*Task description*
Look for the string "Brick" in the data below, and copy each line that holds it.

*Listed records*
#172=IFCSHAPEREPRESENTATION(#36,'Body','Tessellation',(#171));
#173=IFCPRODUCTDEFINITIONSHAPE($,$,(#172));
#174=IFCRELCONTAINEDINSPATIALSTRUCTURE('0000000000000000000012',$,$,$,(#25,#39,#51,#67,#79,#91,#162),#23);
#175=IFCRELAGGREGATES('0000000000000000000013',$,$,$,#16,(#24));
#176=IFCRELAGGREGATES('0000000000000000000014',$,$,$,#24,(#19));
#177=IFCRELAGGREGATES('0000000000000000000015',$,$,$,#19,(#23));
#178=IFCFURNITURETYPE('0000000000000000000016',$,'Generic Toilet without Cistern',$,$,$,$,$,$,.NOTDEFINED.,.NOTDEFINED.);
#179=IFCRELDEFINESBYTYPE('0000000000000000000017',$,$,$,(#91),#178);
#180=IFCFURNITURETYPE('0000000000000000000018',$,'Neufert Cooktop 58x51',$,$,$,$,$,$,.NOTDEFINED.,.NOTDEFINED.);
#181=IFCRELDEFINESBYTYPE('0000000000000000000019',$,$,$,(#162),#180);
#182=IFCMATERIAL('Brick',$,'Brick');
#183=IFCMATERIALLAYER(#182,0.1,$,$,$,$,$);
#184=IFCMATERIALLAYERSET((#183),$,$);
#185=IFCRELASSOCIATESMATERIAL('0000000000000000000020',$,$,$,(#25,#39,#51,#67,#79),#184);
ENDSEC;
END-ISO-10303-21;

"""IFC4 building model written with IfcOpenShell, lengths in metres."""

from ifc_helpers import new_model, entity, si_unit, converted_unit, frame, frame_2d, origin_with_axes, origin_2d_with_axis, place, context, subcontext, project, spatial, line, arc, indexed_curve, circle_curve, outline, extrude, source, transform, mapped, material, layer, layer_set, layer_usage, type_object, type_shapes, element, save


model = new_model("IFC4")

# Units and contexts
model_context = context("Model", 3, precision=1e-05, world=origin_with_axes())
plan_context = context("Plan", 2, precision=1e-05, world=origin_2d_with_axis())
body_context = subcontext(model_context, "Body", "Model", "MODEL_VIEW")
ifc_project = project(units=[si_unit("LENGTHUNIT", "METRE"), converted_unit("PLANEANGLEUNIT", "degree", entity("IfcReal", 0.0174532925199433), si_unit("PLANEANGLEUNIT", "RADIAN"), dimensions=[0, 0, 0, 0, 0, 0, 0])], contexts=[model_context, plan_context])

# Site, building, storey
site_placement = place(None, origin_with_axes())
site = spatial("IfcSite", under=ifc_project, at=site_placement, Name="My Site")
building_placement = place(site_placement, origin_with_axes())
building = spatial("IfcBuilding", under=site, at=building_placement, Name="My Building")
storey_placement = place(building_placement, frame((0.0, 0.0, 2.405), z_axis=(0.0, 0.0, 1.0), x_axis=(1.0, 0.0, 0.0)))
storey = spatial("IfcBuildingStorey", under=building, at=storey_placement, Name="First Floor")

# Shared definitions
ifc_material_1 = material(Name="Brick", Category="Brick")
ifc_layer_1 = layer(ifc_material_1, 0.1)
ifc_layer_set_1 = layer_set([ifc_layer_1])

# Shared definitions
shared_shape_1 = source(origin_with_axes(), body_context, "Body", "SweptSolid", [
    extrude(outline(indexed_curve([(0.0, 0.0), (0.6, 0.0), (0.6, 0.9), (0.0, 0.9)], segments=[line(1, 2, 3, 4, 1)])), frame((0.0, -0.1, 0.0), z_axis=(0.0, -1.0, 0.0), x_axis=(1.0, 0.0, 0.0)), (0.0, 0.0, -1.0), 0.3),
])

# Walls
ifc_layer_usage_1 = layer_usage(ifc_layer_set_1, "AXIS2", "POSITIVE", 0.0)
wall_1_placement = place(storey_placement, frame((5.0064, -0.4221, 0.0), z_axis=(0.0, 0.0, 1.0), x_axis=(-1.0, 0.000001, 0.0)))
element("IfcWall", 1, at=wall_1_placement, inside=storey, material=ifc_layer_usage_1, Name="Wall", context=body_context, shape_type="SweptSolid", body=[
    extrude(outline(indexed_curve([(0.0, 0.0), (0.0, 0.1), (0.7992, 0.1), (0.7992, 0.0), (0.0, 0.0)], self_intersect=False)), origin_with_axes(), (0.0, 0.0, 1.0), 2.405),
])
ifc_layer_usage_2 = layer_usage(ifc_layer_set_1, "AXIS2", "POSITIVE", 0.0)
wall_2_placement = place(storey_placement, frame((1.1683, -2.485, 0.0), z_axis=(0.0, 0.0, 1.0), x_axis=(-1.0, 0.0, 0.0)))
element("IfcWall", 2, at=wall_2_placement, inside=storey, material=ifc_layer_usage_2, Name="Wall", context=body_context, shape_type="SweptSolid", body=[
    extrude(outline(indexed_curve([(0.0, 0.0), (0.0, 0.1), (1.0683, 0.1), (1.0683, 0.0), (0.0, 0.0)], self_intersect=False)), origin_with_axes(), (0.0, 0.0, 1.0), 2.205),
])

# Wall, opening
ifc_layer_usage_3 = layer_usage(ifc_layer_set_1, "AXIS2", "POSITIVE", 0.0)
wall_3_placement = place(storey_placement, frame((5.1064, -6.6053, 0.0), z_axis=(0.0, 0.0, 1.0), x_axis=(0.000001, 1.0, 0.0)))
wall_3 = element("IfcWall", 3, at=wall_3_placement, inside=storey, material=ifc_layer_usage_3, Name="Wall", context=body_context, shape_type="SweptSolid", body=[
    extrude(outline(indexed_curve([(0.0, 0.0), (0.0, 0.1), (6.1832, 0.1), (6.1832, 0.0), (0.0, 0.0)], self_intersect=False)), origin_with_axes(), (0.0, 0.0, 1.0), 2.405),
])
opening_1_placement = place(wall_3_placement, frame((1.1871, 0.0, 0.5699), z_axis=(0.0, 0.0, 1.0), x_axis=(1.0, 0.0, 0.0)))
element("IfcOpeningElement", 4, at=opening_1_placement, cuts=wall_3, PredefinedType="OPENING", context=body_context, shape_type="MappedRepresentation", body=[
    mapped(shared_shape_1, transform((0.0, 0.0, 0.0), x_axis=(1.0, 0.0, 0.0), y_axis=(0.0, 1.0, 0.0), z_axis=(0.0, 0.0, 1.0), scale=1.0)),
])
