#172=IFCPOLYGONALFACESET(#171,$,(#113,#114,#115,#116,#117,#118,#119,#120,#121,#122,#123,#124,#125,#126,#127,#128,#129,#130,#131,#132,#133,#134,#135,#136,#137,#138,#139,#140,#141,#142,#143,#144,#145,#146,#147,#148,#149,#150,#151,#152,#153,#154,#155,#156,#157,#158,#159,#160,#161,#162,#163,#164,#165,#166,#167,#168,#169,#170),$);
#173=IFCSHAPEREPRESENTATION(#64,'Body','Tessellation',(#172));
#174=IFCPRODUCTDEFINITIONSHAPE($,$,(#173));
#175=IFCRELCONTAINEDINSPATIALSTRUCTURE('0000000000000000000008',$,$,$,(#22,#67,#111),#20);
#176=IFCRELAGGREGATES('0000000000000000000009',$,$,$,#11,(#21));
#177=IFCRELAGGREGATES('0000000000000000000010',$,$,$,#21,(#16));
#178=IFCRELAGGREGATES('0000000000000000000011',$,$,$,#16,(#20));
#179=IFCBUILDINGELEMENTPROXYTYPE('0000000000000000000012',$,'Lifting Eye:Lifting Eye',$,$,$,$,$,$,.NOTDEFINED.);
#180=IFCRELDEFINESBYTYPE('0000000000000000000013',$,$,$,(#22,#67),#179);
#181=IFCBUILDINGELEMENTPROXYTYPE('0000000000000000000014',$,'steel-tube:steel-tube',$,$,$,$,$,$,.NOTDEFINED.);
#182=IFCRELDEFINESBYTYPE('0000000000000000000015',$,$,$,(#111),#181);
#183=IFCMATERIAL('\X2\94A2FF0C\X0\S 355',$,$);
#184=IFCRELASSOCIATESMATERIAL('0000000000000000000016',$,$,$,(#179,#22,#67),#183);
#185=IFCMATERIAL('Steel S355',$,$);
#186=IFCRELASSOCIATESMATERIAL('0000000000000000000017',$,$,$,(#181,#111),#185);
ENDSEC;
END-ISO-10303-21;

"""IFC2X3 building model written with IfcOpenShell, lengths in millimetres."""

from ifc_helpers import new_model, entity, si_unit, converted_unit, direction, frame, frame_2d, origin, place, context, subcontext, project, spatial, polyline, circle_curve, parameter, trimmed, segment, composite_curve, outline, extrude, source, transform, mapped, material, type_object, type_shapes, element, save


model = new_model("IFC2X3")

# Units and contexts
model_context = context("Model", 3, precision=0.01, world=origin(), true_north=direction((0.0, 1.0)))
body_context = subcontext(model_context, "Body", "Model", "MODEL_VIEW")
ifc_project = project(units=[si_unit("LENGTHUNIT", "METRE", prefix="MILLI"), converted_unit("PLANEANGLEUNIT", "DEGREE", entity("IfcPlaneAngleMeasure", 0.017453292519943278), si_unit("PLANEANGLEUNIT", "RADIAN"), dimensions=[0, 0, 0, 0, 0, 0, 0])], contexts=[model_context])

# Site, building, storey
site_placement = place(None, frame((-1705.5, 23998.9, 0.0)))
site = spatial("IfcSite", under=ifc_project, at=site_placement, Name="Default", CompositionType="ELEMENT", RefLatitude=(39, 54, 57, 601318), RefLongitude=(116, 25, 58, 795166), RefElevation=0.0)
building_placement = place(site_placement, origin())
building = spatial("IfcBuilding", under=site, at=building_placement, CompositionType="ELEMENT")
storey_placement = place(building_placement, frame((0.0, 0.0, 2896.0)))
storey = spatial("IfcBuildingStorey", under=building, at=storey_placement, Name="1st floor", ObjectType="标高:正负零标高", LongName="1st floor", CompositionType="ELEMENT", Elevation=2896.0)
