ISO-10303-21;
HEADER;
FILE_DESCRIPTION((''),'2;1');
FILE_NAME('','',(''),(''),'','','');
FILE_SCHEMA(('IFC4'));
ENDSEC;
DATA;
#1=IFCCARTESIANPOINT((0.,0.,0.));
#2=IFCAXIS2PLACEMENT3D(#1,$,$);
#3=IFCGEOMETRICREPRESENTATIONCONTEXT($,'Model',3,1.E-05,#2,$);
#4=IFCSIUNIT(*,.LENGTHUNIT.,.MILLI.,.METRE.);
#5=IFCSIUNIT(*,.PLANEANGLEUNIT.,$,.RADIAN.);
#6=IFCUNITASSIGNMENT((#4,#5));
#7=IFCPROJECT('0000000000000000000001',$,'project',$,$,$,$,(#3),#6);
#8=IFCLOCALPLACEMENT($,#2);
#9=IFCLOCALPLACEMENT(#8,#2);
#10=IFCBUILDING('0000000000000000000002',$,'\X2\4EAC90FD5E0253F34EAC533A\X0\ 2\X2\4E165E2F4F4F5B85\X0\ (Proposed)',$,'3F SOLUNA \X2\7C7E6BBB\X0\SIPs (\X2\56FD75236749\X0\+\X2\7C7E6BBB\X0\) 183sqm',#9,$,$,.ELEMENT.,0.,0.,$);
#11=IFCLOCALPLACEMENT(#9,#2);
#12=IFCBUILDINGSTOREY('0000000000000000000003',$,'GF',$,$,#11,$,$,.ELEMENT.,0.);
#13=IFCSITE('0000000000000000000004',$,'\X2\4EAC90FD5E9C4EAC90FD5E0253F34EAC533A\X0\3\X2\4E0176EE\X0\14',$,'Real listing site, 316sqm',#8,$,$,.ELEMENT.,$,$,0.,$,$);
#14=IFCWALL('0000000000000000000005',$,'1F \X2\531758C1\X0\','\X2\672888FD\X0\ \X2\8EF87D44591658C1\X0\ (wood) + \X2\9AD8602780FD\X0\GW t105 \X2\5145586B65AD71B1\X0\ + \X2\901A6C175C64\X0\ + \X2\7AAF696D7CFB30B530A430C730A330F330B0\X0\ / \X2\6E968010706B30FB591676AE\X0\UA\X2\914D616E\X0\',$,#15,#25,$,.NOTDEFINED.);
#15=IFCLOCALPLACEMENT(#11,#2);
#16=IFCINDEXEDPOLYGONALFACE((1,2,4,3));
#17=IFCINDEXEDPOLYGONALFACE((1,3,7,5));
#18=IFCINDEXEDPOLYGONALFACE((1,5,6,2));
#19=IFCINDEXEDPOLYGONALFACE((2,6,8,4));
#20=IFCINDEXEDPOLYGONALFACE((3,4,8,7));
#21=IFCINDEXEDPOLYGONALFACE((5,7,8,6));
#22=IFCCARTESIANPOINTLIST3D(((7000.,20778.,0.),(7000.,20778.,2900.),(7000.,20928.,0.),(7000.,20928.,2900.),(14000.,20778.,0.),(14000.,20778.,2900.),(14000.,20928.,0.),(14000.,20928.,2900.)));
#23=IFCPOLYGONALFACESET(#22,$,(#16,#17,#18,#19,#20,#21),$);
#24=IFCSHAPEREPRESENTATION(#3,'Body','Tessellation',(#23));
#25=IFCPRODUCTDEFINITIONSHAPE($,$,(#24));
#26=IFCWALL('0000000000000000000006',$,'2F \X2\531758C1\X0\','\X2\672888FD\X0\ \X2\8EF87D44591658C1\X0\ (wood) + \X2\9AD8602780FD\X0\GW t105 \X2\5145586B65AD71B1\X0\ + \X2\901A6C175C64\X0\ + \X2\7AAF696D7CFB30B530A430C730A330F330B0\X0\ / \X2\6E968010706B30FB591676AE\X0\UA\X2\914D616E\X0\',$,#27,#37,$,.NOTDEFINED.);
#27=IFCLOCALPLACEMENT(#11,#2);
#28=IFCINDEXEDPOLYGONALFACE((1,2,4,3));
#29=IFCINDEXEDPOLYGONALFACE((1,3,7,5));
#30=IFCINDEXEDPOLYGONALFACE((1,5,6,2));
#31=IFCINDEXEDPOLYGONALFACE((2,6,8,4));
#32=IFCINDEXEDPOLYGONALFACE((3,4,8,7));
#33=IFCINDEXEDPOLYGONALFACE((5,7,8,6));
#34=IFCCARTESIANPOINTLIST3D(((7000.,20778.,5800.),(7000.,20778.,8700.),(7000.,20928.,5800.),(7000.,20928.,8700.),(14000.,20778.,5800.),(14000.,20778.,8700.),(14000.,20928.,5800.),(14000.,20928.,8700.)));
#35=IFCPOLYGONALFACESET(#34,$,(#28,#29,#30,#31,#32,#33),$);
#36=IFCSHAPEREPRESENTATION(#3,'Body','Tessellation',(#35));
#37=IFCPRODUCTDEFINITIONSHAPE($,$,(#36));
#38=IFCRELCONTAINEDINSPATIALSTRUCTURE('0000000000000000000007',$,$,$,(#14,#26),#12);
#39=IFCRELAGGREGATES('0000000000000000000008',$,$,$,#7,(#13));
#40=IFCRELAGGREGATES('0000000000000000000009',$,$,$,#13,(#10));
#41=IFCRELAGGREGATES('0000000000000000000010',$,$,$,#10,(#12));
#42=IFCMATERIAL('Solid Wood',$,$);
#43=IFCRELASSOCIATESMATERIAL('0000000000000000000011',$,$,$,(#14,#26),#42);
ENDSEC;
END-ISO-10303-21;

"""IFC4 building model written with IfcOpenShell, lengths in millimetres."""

from ifc_helpers import new_model, si_unit, frame, frame_2d, origin, place, context, project, spatial, rectangle, extrude, material, element, save


model = new_model("IFC4")

# Units and contexts
model_context = context("Model", 3, precision=1e-05, world=origin())
ifc_project = project(units=[si_unit("LENGTHUNIT", "METRE", prefix="MILLI"), si_unit("PLANEANGLEUNIT", "RADIAN")], contexts=[model_context])

# Site, building, storey
site_placement = place(None, origin())
site = spatial("IfcSite", under=ifc_project, at=site_placement, Name="京都府京都市右京区3丁目14", ObjectType="Real listing site, 316sqm", CompositionType="ELEMENT", RefElevation=0.0)
building_placement = place(site_placement, origin())
building = spatial("IfcBuilding", under=site, at=building_placement, Name="京都市右京区 2世帯住宅 (Proposed)", ObjectType="3F SOLUNA 籾殻SIPs (国産杉+籾殻) 183sqm", CompositionType="ELEMENT", ElevationOfRefHeight=0.0, ElevationOfTerrain=0.0)
storey_placement = place(building_placement, origin())
storey = spatial("IfcBuildingStorey", under=building, at=storey_placement, Name="GF", CompositionType="ELEMENT", Elevation=0.0)

# Shared definitions
ifc_material_1 = material(Name="Solid Wood")

# Wall
wall_1_placement = place(storey_placement, frame((3500.0, 10389.0, 0.0)))
element("IfcWall", 1, at=wall_1_placement, inside=storey, material=ifc_material_1, Name="1F 北壁", Description="木製 軸組外壁 (wood) + 高性能GW t105 充填断熱 + 通気層 + 窯業系サイディング / 準耐火・外皮UA配慮", PredefinedType="NOTDEFINED", context=model_context, shape_type="SweptSolid", body=[
    extrude(rectangle(XDim=7000.0, YDim=150.0, at=frame_2d((3500.0, 75.0))), frame((3500.0, 10389.0, 0.0)), (0.0, 0.0, 1.0), 2900.0),
])

# Wall
wall_2_placement = place(storey_placement, frame((3500.0, 10389.0, 2900.0)))
element("IfcWall", 2, at=wall_2_placement, inside=storey, material=ifc_material_1, Name="2F 北壁", Description="木製 軸組外壁 (wood) + 高性能GW t105 充填断熱 + 通気層 + 窯業系サイディング / 準耐火・外皮UA配慮", PredefinedType="NOTDEFINED", context=model_context, shape_type="SweptSolid", body=[
    extrude(rectangle(XDim=7000.0, YDim=150.0, at=frame_2d((3500.0, 75.0))), frame((3500.0, 10389.0, 2900.0)), (0.0, 0.0, 1.0), 2900.0),
])

save(model, "model.ifc")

*Answer box*
#182=IFCMATERIAL('Brick',$,'Brick');
ifc_material_1 = material(Name="Brick", Category="Brick")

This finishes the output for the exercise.